**Task:**
A single count is required: the lines of the data below in which the word "IFCQUANTITYAREA" occurs.

*** Opening Provided data ***

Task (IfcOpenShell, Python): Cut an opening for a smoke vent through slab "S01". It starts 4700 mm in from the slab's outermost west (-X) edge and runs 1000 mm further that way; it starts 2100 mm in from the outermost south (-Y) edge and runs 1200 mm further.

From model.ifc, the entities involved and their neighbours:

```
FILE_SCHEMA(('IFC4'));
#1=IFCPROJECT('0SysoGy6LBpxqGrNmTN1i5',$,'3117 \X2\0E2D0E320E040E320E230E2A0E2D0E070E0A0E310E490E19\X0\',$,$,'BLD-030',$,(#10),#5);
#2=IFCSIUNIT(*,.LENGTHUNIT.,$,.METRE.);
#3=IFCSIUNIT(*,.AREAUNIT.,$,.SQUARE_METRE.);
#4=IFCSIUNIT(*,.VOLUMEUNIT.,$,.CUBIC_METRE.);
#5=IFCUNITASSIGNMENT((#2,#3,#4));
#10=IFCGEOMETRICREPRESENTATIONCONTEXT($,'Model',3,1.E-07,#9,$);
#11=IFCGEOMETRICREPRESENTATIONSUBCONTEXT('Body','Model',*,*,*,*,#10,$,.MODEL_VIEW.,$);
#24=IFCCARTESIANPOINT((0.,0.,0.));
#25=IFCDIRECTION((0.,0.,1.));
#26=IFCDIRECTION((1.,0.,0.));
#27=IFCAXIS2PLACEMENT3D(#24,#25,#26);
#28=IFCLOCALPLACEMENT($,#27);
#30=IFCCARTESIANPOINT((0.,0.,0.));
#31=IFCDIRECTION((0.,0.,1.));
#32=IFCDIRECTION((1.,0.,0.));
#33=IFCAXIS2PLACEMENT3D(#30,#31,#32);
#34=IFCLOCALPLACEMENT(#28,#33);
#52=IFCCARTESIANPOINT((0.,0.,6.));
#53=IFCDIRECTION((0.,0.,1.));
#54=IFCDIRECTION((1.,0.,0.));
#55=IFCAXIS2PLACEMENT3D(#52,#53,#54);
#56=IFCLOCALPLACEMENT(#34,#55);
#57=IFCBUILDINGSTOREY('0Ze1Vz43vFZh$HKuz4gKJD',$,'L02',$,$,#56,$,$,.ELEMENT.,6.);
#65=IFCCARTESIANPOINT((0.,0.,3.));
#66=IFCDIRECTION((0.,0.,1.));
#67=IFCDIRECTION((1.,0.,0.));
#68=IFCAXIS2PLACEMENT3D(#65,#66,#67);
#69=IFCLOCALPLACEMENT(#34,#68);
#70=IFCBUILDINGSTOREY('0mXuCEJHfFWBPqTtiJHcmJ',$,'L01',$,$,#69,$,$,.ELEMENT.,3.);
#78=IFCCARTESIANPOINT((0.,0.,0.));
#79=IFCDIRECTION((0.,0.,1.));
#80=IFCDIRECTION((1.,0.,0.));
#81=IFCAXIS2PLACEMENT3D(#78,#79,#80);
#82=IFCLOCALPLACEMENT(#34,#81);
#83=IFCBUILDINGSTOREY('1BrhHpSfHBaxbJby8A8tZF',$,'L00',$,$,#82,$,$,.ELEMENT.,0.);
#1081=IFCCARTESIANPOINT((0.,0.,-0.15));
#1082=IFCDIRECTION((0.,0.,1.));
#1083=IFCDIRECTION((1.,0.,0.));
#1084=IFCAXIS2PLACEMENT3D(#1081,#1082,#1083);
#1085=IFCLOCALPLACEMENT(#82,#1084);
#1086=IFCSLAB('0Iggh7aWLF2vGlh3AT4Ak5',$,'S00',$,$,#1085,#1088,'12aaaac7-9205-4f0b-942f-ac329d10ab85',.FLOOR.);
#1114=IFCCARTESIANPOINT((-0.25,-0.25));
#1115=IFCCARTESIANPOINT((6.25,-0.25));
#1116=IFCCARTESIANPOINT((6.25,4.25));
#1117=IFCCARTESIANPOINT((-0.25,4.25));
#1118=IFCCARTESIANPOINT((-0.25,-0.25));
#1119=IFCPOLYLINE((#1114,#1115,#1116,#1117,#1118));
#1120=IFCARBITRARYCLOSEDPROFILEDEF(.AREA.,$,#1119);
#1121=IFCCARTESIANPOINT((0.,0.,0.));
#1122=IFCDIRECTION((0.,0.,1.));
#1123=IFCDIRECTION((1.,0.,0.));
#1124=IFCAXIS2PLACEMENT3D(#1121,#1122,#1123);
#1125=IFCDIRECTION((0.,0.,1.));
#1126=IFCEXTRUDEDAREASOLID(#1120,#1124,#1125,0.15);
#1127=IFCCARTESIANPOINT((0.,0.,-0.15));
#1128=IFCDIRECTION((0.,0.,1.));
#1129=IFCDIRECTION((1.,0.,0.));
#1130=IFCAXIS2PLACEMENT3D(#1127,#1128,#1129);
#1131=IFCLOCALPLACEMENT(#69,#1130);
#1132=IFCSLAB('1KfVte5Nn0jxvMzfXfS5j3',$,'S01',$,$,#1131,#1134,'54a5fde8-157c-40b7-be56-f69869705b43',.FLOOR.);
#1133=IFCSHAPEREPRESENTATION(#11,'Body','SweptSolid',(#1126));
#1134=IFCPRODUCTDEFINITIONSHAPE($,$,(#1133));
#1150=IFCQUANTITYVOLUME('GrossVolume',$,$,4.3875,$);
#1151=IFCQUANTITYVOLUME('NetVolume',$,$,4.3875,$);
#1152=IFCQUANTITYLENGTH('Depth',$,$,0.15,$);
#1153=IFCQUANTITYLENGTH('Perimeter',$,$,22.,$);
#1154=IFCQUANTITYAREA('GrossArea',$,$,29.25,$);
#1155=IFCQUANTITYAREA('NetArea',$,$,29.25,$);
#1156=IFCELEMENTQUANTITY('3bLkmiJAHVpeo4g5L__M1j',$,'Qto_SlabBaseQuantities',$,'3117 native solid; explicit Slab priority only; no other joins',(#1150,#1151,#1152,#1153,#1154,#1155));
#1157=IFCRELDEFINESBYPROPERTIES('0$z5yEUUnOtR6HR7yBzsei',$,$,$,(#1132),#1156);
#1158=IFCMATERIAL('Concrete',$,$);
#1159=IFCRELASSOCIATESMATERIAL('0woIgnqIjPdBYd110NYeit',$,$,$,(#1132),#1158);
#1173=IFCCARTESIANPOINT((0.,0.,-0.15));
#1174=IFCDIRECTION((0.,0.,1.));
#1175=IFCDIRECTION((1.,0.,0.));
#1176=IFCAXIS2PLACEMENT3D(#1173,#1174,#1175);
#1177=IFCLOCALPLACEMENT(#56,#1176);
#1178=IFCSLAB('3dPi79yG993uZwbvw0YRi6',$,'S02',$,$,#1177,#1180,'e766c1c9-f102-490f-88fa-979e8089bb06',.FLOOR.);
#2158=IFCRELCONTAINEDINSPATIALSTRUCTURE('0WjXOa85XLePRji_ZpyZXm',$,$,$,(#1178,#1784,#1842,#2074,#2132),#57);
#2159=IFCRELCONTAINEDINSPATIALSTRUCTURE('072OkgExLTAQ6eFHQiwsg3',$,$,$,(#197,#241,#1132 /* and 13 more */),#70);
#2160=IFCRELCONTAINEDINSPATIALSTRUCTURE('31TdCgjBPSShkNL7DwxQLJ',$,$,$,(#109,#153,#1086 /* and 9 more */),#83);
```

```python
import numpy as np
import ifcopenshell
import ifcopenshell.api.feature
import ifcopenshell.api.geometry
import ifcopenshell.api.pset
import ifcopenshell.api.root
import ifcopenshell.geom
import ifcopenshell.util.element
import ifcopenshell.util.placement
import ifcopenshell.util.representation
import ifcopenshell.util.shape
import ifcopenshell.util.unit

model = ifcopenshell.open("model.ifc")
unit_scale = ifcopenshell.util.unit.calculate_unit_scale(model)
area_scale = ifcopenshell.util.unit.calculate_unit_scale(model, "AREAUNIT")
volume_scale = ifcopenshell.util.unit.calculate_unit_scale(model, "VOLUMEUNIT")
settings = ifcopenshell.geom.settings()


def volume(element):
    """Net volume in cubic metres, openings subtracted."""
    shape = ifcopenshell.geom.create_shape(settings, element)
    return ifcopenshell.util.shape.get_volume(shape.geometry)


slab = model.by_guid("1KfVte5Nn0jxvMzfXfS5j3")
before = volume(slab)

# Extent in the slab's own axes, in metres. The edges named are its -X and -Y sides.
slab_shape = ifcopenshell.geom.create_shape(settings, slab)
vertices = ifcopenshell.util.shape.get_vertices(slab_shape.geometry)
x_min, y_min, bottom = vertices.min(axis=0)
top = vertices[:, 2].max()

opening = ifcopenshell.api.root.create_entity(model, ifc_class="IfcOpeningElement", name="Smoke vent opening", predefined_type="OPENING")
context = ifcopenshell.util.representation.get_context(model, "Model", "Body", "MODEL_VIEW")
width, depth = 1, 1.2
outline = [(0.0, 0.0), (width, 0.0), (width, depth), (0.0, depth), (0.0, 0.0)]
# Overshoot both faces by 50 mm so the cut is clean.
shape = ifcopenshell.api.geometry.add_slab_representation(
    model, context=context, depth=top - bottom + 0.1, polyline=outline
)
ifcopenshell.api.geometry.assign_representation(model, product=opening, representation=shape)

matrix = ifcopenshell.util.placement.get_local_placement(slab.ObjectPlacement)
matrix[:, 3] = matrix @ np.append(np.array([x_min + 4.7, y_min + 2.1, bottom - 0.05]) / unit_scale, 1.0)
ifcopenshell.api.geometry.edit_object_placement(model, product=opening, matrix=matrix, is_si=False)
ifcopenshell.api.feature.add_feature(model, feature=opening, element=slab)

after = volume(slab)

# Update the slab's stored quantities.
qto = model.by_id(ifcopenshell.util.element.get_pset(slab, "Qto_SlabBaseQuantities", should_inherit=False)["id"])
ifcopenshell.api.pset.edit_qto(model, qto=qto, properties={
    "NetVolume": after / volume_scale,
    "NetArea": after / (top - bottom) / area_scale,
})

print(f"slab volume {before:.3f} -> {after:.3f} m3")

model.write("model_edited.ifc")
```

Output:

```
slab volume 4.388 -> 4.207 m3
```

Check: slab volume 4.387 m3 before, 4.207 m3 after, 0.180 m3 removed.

*** Closing Provided data ***

**Solution for this exercise:**
2